* _EXERCISE REQUIREMENTS_: The expected answer is every line from the material below that has the word "IFCRELASSOCIATESMATERIAL".

*****

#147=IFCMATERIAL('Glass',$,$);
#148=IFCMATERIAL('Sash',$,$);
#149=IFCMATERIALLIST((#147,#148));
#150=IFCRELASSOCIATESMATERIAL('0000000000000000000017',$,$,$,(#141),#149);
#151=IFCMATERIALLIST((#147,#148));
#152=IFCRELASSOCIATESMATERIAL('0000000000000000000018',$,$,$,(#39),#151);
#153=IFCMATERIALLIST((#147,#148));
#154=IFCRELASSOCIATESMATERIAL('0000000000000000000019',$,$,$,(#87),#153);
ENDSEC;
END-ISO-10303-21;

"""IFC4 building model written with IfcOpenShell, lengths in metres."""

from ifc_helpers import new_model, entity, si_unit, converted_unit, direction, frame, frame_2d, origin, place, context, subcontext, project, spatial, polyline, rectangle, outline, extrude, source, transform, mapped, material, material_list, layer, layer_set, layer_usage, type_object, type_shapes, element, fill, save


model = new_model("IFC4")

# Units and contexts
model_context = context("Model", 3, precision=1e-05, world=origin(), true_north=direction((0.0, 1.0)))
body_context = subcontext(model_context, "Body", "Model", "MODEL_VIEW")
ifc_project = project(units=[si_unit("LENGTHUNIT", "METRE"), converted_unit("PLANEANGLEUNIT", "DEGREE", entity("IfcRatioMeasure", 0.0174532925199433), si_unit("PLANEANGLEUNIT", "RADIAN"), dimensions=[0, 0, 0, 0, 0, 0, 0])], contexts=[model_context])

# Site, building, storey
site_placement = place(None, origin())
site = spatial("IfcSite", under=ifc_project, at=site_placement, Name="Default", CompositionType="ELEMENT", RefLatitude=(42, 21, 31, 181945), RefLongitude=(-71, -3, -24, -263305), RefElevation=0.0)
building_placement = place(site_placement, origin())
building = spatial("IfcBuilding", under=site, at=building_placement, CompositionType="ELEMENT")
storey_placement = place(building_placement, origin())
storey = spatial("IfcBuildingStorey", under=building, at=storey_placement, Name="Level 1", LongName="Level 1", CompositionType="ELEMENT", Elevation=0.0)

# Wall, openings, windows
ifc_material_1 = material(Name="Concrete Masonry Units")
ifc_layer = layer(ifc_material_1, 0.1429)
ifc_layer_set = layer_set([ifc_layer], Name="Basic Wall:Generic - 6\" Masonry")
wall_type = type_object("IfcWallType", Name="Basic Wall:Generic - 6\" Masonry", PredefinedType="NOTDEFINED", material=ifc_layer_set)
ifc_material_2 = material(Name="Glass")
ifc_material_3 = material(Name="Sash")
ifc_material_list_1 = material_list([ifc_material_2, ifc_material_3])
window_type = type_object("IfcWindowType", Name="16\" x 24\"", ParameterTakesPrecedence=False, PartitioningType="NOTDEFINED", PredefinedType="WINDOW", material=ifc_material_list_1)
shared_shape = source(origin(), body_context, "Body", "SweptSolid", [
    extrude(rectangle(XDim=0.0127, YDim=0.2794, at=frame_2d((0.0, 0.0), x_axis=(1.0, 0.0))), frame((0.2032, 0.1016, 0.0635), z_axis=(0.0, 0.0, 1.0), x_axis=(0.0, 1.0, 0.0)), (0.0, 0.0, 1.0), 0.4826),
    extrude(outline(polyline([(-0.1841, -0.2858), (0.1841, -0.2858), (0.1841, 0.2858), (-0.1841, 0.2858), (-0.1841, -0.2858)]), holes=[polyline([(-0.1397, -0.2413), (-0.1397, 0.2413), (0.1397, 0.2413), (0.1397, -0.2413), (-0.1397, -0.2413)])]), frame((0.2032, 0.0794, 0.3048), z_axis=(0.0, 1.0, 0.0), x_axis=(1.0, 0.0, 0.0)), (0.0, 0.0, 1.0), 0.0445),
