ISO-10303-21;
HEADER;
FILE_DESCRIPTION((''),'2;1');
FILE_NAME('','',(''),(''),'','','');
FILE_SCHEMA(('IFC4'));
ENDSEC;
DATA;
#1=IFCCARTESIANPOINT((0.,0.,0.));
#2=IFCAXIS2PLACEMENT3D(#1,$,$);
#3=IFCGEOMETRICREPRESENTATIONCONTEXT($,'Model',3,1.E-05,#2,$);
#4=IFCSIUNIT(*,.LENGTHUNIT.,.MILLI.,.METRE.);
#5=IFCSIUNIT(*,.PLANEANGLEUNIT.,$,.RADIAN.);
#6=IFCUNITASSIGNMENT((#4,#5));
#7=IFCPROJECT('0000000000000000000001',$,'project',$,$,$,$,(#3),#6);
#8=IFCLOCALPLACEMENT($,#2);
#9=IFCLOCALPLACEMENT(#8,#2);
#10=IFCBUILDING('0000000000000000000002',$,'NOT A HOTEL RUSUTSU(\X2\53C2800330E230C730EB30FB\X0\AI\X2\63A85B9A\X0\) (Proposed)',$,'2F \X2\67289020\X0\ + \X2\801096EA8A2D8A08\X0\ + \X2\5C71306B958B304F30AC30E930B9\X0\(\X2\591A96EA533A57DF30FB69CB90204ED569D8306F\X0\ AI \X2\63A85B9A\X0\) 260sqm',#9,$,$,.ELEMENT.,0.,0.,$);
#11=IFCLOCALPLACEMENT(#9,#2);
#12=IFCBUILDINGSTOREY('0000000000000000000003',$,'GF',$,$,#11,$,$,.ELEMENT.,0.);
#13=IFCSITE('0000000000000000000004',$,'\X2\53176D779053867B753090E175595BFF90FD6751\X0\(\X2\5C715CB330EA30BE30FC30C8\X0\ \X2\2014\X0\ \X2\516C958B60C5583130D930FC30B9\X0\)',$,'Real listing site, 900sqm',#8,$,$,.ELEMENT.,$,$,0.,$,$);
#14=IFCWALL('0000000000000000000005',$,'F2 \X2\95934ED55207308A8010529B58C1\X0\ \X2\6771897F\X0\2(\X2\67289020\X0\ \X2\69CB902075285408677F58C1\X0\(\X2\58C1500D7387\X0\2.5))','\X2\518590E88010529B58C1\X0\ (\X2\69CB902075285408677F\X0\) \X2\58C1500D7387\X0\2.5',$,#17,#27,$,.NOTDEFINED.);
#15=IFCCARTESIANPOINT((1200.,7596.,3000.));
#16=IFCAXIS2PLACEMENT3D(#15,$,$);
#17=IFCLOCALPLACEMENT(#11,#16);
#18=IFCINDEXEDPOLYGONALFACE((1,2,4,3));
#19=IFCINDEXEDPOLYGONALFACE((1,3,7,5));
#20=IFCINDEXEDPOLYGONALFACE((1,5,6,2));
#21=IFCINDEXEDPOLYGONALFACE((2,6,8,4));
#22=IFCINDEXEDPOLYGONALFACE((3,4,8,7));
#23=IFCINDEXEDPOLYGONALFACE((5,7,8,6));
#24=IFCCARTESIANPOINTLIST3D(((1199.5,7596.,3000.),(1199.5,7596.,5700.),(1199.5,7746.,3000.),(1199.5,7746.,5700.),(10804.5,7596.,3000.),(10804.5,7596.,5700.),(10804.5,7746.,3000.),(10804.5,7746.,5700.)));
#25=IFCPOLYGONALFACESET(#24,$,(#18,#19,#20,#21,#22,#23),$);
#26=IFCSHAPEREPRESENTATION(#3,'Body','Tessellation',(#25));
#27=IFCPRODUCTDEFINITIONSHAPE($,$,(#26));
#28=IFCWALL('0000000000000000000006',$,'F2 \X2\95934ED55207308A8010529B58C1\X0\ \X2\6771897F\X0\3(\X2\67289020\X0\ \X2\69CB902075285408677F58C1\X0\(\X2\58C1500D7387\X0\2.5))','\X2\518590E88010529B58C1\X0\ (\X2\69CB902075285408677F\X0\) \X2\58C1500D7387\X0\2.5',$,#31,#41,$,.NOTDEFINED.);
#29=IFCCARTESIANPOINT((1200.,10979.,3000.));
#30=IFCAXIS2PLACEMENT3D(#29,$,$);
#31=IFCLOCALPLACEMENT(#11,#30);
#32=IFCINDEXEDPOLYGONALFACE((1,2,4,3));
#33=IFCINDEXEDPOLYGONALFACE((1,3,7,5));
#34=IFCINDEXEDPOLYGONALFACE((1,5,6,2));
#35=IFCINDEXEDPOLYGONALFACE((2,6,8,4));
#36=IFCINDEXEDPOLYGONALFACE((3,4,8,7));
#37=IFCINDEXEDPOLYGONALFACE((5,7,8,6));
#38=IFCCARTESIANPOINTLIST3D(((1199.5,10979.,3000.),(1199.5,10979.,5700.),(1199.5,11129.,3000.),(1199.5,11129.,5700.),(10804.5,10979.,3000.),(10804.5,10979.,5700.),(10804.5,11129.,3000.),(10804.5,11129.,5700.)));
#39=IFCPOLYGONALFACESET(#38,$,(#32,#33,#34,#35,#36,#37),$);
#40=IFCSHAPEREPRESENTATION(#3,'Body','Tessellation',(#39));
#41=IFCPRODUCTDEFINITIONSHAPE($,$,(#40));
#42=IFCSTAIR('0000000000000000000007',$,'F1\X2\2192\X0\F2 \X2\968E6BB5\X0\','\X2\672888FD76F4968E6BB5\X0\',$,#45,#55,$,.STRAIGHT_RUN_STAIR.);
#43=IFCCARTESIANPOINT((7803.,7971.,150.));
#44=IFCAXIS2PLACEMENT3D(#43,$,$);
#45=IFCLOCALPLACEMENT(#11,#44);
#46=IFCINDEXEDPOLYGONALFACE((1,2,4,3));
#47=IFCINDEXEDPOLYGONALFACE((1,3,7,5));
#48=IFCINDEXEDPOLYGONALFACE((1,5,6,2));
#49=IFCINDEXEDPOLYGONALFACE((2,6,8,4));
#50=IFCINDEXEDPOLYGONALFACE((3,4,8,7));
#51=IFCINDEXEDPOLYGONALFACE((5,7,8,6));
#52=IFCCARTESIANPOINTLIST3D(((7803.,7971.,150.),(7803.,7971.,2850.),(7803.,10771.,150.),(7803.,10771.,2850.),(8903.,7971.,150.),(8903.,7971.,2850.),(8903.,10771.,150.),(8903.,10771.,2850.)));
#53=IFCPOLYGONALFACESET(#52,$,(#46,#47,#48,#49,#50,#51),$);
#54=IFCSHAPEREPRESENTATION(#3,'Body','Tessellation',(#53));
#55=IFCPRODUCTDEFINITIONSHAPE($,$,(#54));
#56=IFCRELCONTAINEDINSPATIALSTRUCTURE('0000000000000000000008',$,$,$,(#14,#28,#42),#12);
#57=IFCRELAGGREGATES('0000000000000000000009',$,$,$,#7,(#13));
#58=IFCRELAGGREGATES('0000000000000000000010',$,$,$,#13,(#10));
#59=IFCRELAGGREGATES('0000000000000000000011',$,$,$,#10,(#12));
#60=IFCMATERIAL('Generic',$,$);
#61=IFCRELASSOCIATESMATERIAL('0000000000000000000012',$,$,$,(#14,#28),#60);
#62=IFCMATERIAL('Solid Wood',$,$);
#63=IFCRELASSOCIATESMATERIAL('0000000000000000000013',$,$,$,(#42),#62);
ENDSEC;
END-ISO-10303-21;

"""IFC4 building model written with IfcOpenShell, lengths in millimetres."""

from ifc_helpers import new_model, si_unit, frame, frame_2d, origin, place, context, project, spatial, rectangle, extrude, material, element, save


model = new_model("IFC4")

# Units and contexts
model_context = context("Model", 3, precision=1e-05, world=origin())
ifc_project = project(units=[si_unit("LENGTHUNIT", "METRE", prefix="MILLI"), si_unit("PLANEANGLEUNIT", "RADIAN")], contexts=[model_context])

# Site, building, storey
site_placement = place(None, origin())
site = spatial("IfcSite", under=ifc_project, at=site_placement, Name="北海道虻田郡留寿都村(山岳リゾート — 公開情報ベース)", ObjectType="Real listing site, 900sqm", CompositionType="ELEMENT", RefElevation=0.0)
building_placement = place(site_placement, origin())
building = spatial("IfcBuilding", under=site, at=building_placement, Name="NOT A HOTEL RUSUTSU(参考モデル・AI推定) (Proposed)", ObjectType="2F 木造 + 耐雪設計 + 山に開くガラス(多雪区域・構造仕様は AI 推定) 260sqm", CompositionType="ELEMENT", ElevationOfRefHeight=0.0, ElevationOfTerrain=0.0)
storey_placement = place(building_placement, origin())
storey = spatial("IfcBuildingStorey", under=building, at=storey_placement, Name="GF", CompositionType="ELEMENT", Elevation=0.0)

# Shared definitions
ifc_material_1 = material(Name="Generic")

# Walls
wall_1_placement = place(storey_placement, frame((1200.0, 7596.0, 3000.0)))
element("IfcWall", 1, at=wall_1_placement, inside=storey, material=ifc_material_1, Name="F2 間仕切り耐力壁 東西2(木造 構造用合板壁(壁倍率2.5))", Description="内部耐力壁 (構造用合板) 壁倍率2.5", PredefinedType="NOTDEFINED", context=model_context, shape_type="SweptSolid", body=[
    extrude(rectangle(XDim=9605.0, YDim=150.0, at=frame_2d((4802.0, 75.0))), frame((1200.0, 7596.0, 3000.0)), (0.0, 0.0, 1.0), 2700.0),
])
wall_2_placement = place(storey_placement, frame((1200.0, 10979.0, 3000.0)))
element("IfcWall", 2, at=wall_2_placement, inside=storey, material=ifc_material_1, Name="F2 間仕切り耐力壁 東西3(木造 構造用合板壁(壁倍率2.5))", Description="内部耐力壁 (構造用合板) 壁倍率2.5", PredefinedType="NOTDEFINED", context=model_context, shape_type="SweptSolid", body=[
    extrude(rectangle(XDim=9605.0, YDim=150.0, at=frame_2d((4802.0, 75.0))), frame((1200.0, 10979.0, 3000.0)), (0.0, 0.0, 1.0), 2700.0),
])

# Stair
ifc_material_2 = material(Name="Solid Wood")
stair_placement = place(storey_placement, frame((7803.0, 7971.0, 150.0)))
element("IfcStair", 3, at=stair_placement, inside=storey, material=ifc_material_2, Name="F1→F2 階段", Description="木製直階段", PredefinedType="STRAIGHT_RUN_STAIR", context=model_context, shape_type="SweptSolid", body=[
    extrude(rectangle(XDim=1100.0, YDim=2800.0, at=frame_2d((550.0, 1400.0))), frame((7803.0, 7971.0, 150.0)), (0.0, 0.0, 1.0), 2700.0),
])

save(model, "model.ifc")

*****

* _ANSWER BELOW_:
#150=IFCRELASSOCIATESMATERIAL('0000000000000000000017',$,$,$,(#141),#149);
#152=IFCRELASSOCIATESMATERIAL('0000000000000000000018',$,$,$,(#39),#151);
#154=IFCRELASSOCIATESMATERIAL('0000000000000000000019',$,$,$,(#87),#153);
#61=IFCRELASSOCIATESMATERIAL('0000000000000000000012',$,$,$,(#14,#28),#60);
#63=IFCRELASSOCIATESMATERIAL('0000000000000000000013',$,$,$,(#42),#62);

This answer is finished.